*Extracted information*.
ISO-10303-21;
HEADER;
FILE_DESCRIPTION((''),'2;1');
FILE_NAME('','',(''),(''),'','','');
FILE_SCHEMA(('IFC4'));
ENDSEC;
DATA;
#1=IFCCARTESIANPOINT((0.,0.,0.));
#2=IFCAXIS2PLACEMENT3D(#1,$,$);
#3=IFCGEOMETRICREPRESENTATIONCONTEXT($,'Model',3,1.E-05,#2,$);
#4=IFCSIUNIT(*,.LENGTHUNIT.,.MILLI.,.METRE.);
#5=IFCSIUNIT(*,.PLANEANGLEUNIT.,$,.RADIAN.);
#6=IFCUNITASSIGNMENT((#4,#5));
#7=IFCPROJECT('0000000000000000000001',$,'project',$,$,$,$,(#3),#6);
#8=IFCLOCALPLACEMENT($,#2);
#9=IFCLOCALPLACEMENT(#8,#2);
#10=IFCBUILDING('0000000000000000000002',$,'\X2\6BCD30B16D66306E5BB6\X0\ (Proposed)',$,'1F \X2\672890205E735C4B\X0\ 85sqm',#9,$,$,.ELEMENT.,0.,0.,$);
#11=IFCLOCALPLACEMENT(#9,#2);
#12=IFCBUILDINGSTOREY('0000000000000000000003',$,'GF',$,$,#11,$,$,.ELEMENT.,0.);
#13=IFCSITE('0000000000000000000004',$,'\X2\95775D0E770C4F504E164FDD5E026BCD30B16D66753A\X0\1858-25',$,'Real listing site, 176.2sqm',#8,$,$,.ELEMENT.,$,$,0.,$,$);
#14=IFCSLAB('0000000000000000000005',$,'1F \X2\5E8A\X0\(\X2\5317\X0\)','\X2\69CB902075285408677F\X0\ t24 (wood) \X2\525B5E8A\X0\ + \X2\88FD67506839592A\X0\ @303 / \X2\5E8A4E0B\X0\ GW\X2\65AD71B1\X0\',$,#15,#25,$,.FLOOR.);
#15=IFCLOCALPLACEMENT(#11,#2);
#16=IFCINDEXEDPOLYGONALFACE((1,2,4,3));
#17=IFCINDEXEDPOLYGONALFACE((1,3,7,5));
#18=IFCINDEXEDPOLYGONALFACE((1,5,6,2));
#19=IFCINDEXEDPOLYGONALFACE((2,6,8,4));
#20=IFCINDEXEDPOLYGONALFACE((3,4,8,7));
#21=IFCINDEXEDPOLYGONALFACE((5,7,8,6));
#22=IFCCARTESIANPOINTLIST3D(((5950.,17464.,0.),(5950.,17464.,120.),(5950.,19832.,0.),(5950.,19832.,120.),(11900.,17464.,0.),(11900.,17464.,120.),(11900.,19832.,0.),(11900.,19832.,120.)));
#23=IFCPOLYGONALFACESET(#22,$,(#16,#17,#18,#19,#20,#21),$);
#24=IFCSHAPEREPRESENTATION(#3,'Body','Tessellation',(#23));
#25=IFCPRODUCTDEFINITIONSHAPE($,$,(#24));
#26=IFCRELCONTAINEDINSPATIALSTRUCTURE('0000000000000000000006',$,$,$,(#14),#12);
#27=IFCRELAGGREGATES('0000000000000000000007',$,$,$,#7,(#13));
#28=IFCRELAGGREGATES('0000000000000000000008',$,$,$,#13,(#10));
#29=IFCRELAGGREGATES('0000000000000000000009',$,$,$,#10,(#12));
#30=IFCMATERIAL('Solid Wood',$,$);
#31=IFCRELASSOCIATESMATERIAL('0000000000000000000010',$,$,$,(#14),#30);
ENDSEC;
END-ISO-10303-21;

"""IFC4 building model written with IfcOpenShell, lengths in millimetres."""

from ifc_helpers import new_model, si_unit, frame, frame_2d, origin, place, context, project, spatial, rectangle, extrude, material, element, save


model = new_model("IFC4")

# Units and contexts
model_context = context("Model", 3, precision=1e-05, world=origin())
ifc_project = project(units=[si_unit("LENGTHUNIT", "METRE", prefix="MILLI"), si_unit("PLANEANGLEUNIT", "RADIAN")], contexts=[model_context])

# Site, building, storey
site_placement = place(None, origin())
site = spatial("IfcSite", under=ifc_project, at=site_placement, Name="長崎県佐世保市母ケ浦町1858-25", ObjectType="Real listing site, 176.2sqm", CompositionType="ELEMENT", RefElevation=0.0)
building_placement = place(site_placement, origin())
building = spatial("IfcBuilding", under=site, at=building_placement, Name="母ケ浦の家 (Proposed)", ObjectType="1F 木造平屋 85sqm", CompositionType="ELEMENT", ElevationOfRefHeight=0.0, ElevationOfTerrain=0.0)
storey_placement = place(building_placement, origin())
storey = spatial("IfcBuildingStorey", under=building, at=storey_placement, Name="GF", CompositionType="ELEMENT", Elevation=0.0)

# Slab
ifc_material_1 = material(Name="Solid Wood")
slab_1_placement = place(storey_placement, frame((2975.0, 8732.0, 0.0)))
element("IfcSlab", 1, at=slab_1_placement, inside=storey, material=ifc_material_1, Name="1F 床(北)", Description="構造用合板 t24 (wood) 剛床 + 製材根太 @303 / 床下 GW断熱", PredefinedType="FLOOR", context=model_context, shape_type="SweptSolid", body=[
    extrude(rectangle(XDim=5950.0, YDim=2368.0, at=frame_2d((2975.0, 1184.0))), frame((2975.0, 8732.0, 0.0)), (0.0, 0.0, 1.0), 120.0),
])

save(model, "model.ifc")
* * *
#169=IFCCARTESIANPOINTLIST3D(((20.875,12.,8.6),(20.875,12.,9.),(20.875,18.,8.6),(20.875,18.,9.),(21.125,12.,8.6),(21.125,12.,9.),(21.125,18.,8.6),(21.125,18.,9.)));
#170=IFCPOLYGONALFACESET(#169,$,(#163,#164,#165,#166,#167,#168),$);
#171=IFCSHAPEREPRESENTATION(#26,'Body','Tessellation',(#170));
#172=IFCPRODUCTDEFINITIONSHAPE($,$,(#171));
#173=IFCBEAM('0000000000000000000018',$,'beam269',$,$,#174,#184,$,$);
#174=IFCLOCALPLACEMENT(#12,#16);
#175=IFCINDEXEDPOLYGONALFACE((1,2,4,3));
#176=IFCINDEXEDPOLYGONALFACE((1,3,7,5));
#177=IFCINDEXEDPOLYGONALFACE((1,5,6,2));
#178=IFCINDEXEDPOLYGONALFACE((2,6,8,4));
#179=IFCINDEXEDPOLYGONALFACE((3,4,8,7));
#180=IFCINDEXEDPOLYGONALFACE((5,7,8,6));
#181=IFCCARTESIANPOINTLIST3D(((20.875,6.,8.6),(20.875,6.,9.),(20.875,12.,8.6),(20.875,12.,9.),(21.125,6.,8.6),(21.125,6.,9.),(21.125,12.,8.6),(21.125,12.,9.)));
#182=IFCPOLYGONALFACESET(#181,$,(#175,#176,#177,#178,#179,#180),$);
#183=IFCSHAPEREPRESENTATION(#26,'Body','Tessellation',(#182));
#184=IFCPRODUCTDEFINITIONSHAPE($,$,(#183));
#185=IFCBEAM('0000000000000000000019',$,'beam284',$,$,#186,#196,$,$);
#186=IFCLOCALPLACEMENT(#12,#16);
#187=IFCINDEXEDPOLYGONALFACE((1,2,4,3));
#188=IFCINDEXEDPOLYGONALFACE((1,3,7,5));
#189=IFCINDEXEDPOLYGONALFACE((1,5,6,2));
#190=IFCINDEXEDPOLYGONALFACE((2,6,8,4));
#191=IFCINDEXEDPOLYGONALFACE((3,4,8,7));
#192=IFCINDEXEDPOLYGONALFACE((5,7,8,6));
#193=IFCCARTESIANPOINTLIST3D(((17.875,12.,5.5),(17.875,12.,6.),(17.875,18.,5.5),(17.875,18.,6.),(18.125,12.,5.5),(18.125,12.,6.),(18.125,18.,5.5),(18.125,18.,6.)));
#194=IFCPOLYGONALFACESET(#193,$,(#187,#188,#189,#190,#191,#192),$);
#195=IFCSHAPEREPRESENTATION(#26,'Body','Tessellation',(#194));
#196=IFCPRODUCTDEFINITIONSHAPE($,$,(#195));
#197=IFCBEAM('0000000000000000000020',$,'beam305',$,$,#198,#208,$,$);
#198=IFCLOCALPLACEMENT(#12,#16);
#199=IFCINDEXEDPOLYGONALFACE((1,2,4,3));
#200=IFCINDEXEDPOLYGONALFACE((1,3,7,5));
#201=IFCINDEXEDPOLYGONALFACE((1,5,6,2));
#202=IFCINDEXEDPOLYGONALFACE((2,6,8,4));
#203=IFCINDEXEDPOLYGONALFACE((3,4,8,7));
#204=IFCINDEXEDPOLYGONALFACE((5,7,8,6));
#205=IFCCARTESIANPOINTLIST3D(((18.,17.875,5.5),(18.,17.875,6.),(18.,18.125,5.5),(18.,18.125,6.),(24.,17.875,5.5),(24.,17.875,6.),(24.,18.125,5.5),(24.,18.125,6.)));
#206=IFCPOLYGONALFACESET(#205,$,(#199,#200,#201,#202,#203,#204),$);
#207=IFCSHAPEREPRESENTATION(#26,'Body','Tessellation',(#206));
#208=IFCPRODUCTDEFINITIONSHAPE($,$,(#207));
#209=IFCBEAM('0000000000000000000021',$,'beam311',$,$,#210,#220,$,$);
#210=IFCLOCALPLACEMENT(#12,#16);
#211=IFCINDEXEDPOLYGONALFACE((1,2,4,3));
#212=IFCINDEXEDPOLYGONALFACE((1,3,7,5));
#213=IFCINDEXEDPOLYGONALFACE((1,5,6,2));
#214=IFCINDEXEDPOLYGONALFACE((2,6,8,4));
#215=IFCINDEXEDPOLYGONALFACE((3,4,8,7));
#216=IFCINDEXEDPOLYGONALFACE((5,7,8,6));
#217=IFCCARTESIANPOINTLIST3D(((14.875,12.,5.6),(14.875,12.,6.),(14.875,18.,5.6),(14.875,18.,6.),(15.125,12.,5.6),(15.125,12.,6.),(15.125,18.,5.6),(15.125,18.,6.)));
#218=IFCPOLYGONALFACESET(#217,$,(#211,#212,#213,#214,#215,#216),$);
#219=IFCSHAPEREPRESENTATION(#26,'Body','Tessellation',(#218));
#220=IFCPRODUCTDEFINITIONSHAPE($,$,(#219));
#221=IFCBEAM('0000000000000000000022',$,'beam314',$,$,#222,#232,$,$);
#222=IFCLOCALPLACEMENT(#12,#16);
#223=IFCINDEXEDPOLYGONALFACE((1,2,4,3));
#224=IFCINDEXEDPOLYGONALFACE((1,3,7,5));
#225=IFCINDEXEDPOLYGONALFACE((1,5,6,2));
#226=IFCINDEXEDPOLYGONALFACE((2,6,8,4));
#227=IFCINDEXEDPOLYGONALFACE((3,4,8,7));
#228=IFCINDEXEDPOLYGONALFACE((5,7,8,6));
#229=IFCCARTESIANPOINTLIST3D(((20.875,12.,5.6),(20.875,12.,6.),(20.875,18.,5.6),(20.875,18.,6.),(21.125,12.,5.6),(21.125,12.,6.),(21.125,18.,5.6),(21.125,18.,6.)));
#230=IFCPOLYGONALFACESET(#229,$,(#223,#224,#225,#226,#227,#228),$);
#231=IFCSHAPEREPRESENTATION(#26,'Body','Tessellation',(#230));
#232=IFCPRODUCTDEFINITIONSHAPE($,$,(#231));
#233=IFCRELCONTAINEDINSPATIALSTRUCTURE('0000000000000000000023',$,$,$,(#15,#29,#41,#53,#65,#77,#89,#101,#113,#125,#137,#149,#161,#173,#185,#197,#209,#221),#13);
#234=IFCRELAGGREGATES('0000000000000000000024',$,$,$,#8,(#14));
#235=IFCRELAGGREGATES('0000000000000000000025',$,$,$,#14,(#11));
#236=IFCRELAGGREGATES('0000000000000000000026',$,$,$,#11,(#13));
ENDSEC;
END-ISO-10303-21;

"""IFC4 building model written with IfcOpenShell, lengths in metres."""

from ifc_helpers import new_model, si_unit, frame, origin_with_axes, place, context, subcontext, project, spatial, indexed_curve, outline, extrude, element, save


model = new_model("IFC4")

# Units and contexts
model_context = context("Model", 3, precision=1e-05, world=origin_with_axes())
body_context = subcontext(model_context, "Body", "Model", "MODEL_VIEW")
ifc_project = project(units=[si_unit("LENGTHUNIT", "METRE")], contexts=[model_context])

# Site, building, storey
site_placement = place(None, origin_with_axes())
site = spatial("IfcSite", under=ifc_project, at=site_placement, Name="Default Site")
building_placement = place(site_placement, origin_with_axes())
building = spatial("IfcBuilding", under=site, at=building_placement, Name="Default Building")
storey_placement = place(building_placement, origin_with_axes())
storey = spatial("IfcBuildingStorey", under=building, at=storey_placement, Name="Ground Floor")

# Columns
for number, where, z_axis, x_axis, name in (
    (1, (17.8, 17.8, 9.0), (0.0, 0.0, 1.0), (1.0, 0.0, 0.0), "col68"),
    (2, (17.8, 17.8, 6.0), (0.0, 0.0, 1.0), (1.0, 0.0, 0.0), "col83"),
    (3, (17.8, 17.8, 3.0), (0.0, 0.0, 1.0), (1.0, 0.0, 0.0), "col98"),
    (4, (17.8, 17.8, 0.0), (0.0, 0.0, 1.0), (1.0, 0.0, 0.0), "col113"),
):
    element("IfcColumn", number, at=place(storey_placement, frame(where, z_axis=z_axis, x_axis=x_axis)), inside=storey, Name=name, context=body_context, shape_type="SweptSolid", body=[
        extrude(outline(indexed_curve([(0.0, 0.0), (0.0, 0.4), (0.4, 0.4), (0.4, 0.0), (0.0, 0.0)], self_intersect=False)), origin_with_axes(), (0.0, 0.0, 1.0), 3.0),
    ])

*Exercise objective*. Return the lines of the listing where the string "IFCRELAGGREGATES" appears.

*Response to this task*.
#27=IFCRELAGGREGATES('0000000000000000000007',$,$,$,#7,(#13));
#28=IFCRELAGGREGATES('0000000000000000000008',$,$,$,#13,(#10));
#29=IFCRELAGGREGATES('0000000000000000000009',$,$,$,#10,(#12));
#234=IFCRELAGGREGATES('0000000000000000000024',$,$,$,#8,(#14));
#235=IFCRELAGGREGATES('0000000000000000000025',$,$,$,#14,(#11));
#236=IFCRELAGGREGATES('0000000000000000000026',$,$,$,#11,(#13));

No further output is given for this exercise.